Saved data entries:
###

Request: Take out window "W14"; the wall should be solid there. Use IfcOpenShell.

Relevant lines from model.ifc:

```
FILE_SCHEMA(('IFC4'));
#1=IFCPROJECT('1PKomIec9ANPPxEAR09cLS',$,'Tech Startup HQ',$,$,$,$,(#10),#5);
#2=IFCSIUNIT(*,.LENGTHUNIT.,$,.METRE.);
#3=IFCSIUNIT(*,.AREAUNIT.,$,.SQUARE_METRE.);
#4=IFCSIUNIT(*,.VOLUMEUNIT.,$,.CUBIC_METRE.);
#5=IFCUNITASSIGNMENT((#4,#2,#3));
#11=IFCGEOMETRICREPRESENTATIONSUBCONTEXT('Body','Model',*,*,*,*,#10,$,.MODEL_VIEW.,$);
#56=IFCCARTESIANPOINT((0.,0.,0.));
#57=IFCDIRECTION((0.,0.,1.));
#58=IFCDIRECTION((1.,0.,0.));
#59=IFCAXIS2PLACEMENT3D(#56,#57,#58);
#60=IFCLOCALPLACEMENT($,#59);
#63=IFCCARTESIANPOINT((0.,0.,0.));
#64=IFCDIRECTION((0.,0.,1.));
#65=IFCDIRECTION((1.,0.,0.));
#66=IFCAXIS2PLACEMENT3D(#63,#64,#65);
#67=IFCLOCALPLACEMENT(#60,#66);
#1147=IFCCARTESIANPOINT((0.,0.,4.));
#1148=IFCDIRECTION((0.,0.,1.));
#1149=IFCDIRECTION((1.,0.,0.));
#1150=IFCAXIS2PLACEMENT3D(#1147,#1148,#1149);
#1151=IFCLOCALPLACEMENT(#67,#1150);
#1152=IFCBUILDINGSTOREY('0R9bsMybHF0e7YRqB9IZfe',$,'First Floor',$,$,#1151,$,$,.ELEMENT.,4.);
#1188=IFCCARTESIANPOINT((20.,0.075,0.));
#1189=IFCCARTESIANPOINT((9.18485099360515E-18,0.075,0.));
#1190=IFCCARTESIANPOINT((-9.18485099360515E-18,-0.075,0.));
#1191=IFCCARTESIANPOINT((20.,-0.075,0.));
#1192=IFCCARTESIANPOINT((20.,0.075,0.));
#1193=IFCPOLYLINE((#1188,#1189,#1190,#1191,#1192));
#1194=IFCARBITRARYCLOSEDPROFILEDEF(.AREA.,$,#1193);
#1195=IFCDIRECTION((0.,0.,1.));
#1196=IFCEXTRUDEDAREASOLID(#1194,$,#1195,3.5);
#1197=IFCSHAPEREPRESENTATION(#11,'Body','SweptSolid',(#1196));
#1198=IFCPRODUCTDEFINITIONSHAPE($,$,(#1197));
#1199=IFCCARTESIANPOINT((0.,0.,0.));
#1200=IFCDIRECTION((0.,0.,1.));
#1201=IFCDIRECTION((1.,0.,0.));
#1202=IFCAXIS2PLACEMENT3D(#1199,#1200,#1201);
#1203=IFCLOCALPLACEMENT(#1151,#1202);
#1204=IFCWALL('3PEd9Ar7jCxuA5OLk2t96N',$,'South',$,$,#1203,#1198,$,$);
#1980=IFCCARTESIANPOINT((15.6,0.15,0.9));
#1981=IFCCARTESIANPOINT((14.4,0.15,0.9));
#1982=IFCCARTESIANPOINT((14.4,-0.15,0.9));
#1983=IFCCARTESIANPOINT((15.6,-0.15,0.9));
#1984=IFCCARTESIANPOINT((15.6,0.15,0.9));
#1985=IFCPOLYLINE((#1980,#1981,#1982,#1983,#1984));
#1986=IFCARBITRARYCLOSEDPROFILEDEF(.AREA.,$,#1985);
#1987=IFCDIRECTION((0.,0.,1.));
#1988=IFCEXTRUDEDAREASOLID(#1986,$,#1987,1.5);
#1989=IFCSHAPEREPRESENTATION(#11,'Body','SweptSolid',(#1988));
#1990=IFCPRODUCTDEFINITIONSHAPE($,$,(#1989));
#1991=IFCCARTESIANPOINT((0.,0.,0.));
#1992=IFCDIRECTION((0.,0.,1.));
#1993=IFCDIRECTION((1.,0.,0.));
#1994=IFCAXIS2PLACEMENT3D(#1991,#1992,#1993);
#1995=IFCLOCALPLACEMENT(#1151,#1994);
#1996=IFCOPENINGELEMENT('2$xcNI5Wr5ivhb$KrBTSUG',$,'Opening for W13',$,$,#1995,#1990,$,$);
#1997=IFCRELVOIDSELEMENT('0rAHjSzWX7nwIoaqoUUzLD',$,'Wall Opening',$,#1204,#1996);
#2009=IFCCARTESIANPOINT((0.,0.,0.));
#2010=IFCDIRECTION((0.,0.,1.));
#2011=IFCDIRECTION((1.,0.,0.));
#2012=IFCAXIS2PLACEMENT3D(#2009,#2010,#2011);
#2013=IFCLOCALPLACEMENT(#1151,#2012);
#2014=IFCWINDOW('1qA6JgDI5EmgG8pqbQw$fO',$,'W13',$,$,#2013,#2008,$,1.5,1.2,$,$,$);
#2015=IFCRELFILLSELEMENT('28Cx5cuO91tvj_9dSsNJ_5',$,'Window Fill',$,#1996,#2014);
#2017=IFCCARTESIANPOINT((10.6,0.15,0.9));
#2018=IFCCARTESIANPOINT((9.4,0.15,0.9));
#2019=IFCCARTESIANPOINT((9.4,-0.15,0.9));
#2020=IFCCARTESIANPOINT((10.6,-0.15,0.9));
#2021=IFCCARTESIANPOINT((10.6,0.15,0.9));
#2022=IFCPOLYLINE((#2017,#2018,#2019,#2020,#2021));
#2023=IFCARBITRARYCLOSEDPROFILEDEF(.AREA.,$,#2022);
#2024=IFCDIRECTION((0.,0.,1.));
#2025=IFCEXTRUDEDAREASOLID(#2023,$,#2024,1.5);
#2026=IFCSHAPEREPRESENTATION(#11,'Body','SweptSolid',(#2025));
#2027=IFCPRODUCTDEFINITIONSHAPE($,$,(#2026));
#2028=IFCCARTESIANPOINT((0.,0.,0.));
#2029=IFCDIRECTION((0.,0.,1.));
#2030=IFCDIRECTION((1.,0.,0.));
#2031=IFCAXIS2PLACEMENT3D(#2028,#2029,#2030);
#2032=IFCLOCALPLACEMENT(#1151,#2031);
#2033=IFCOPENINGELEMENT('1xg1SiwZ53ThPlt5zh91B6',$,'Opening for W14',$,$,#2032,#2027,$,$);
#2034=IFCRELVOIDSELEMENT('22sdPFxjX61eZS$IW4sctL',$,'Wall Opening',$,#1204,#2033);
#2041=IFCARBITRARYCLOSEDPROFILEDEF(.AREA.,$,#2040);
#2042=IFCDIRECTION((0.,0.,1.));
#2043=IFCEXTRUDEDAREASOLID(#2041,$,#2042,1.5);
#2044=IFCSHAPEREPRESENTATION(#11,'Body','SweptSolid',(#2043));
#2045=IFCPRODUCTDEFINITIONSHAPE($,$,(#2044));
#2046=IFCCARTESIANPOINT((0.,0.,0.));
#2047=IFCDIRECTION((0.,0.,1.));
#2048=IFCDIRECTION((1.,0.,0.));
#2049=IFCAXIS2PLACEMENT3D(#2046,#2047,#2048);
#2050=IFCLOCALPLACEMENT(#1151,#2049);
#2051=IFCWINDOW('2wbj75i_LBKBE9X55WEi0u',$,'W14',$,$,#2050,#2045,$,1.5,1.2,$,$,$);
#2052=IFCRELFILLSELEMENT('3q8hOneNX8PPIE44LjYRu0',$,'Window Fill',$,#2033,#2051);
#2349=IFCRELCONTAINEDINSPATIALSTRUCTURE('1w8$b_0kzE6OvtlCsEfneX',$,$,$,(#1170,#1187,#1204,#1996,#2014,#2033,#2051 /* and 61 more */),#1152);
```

```python
import ifcopenshell
import ifcopenshell.api.feature
import ifcopenshell.api.root
import ifcopenshell.geom
import ifcopenshell.util.shape

model = ifcopenshell.open("model.ifc")
settings = ifcopenshell.geom.settings()


def volume(element):
    """Net volume in cubic metres, openings subtracted."""
    shape = ifcopenshell.geom.create_shape(settings, element)
    return ifcopenshell.util.shape.get_volume(shape.geometry)


window = model.by_guid("2wbj75i_LBKBE9X55WEi0u")
opening = window.FillsVoids[0].RelatingOpeningElement
wall = opening.VoidsElements[0].RelatingBuildingElement
before = volume(wall)

ifcopenshell.api.root.remove_product(model, product=window)
ifcopenshell.api.feature.remove_feature(model, feature=opening)

after = volume(wall)

print(f"wall volume {before:.3f} -> {after:.3f} m3")

model.write("model-out.ifc")
```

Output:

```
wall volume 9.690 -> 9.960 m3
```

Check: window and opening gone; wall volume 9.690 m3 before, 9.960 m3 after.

###

- WHAT YOU WILL DO
Go through the records line by line and count those containing the string "IFCARBITRARYCLOSEDPROFILEDEF". Give only the total.

- WRITTEN SOLUTION
4